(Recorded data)
****

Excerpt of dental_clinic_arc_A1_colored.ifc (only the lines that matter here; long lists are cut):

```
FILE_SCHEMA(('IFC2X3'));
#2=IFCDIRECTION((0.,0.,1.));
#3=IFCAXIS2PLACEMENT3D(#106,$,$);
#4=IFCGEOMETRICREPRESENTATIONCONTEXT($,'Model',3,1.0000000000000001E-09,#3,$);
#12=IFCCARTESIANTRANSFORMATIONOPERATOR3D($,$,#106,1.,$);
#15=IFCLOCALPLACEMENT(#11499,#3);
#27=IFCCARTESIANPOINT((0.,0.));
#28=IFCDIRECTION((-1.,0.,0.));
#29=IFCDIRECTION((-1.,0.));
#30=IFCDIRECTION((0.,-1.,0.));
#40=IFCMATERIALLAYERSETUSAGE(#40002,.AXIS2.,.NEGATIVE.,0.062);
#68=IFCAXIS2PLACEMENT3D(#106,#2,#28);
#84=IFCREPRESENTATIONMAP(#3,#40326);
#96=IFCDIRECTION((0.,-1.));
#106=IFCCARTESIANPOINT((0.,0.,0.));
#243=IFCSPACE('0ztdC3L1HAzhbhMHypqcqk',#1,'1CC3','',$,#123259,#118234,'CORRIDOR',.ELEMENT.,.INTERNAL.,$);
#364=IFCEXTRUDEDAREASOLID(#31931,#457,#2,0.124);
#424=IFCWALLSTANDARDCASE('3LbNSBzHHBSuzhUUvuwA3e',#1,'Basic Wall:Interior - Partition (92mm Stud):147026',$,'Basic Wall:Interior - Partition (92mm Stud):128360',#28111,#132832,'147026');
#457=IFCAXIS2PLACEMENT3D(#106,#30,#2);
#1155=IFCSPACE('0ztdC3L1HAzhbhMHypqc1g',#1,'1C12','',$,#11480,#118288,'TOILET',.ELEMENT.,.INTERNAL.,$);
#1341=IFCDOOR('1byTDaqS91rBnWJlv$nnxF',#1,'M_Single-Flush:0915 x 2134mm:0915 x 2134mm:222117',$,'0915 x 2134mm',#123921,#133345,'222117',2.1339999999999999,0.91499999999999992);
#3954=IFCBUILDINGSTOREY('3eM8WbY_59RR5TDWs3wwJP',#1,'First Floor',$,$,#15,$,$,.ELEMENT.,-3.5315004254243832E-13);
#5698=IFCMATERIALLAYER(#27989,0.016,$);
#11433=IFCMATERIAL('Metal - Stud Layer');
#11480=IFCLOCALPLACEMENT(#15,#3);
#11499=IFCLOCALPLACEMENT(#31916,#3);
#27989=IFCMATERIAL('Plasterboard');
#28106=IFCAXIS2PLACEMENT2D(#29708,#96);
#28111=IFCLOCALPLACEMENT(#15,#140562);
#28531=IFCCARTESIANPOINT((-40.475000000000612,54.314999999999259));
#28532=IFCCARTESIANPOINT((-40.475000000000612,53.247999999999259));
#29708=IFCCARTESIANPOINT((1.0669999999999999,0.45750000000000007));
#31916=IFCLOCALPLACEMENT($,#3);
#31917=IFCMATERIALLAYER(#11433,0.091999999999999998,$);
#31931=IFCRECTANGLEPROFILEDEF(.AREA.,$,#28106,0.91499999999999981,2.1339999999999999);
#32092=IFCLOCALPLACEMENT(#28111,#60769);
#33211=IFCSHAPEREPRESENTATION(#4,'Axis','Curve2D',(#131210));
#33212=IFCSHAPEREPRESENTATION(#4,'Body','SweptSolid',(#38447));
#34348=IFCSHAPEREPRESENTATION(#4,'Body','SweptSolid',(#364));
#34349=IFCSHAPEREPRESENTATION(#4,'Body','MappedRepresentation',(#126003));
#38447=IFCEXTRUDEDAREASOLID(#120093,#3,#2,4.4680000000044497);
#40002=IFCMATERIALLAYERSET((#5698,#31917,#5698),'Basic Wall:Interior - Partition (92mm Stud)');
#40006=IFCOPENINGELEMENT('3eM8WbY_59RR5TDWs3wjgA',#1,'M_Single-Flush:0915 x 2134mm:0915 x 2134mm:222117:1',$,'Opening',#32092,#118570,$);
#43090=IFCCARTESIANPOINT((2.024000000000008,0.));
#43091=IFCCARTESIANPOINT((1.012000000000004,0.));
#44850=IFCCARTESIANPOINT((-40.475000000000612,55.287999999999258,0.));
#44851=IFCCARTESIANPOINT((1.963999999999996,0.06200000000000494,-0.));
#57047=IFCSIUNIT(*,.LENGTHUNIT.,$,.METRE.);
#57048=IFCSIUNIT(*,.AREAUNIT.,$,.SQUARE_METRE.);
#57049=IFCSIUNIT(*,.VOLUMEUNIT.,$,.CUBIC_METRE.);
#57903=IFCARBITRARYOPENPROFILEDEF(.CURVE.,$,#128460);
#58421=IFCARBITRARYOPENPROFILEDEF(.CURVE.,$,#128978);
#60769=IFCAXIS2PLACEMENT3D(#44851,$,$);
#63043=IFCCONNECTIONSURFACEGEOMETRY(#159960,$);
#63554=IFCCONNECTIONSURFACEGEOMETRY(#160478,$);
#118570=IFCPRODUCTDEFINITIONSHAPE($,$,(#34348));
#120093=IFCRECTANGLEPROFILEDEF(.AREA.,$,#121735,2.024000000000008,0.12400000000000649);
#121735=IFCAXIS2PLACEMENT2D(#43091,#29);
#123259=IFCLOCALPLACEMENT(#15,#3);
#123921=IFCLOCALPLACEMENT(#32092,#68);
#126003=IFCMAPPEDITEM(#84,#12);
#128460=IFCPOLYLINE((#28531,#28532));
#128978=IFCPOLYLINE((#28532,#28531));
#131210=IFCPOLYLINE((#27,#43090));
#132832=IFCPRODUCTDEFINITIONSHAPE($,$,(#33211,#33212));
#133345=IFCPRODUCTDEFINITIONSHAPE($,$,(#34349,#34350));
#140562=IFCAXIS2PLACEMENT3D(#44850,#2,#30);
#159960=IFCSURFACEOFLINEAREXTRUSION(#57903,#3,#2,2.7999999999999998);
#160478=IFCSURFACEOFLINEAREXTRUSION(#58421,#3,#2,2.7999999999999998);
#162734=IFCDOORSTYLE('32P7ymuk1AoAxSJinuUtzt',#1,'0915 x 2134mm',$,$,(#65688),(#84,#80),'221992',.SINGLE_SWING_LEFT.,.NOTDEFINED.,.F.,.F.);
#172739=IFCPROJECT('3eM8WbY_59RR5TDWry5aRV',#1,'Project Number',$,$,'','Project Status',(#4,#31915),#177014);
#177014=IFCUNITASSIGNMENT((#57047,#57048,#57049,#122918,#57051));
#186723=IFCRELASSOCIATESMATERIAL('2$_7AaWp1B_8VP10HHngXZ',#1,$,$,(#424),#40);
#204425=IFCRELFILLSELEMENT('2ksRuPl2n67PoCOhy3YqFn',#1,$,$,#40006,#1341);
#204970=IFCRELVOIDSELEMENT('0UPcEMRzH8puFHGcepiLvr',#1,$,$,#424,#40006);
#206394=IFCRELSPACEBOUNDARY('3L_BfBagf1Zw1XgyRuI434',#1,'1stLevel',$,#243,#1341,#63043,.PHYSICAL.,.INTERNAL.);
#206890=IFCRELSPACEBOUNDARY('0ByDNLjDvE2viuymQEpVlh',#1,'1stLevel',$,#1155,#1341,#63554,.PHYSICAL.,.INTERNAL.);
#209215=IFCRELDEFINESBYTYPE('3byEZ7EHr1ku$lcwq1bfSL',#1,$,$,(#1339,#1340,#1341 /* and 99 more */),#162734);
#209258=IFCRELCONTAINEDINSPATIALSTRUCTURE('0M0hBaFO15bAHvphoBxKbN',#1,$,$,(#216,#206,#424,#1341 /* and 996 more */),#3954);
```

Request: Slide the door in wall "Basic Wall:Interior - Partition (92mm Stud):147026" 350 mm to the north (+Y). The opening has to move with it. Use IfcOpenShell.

```python
import numpy as np
import ifcopenshell
import ifcopenshell.api.geometry
import ifcopenshell.util.placement
import ifcopenshell.util.unit

model = ifcopenshell.open("dental_clinic_arc_A1_colored.ifc")
unit_scale = ifcopenshell.util.unit.calculate_unit_scale(model)

door = model.by_id(1341)
opening = door.FillsVoids[0].RelatingOpeningElement
wall = opening.VoidsElements[0].RelatingBuildingElement

wall_matrix = ifcopenshell.util.placement.get_local_placement(wall.ObjectPlacement)
shift = wall_matrix[:3, 0] * -0.35 / unit_scale
before = ifcopenshell.util.placement.get_local_placement(door.ObjectPlacement)[:3, 3].copy()

# The door is placed relative to its opening, so it follows when the opening moves.
matrix = ifcopenshell.util.placement.get_local_placement(opening.ObjectPlacement)
matrix[:3, 3] += shift
ifcopenshell.api.geometry.edit_object_placement(
    model, product=opening, matrix=matrix, is_si=False, should_transform_children=True
)

# Space boundary surfaces are stored in each space's coordinates; move them too.
for rel in door.ProvidesBoundaries:
    if not rel.ConnectionGeometry:
        continue
    surface = rel.ConnectionGeometry.SurfaceOnRelatingElement
    space_matrix = ifcopenshell.util.placement.get_local_placement(rel.RelatingSpace.ObjectPlacement)
    point = np.array(surface.Position.Location.Coordinates) + space_matrix[:3, :3].T @ shift
    surface.Position = model.createIfcAxis2Placement3D(
        model.createIfcCartesianPoint(point.tolist()), surface.Position.Axis, surface.Position.RefDirection
    )

after = ifcopenshell.util.placement.get_local_placement(door.ObjectPlacement)[:3, 3]
print("door moved by", (after - before).round(3) + 0.0)

model.write("dental_clinic_arc_A1_colored-out.ifc")
```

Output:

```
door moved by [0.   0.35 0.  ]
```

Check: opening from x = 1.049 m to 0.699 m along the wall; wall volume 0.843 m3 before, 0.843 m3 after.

****

What you have to do:
Provide only the number of lines in the records containing the string "PHYSICAL".

Solution for this problem:
2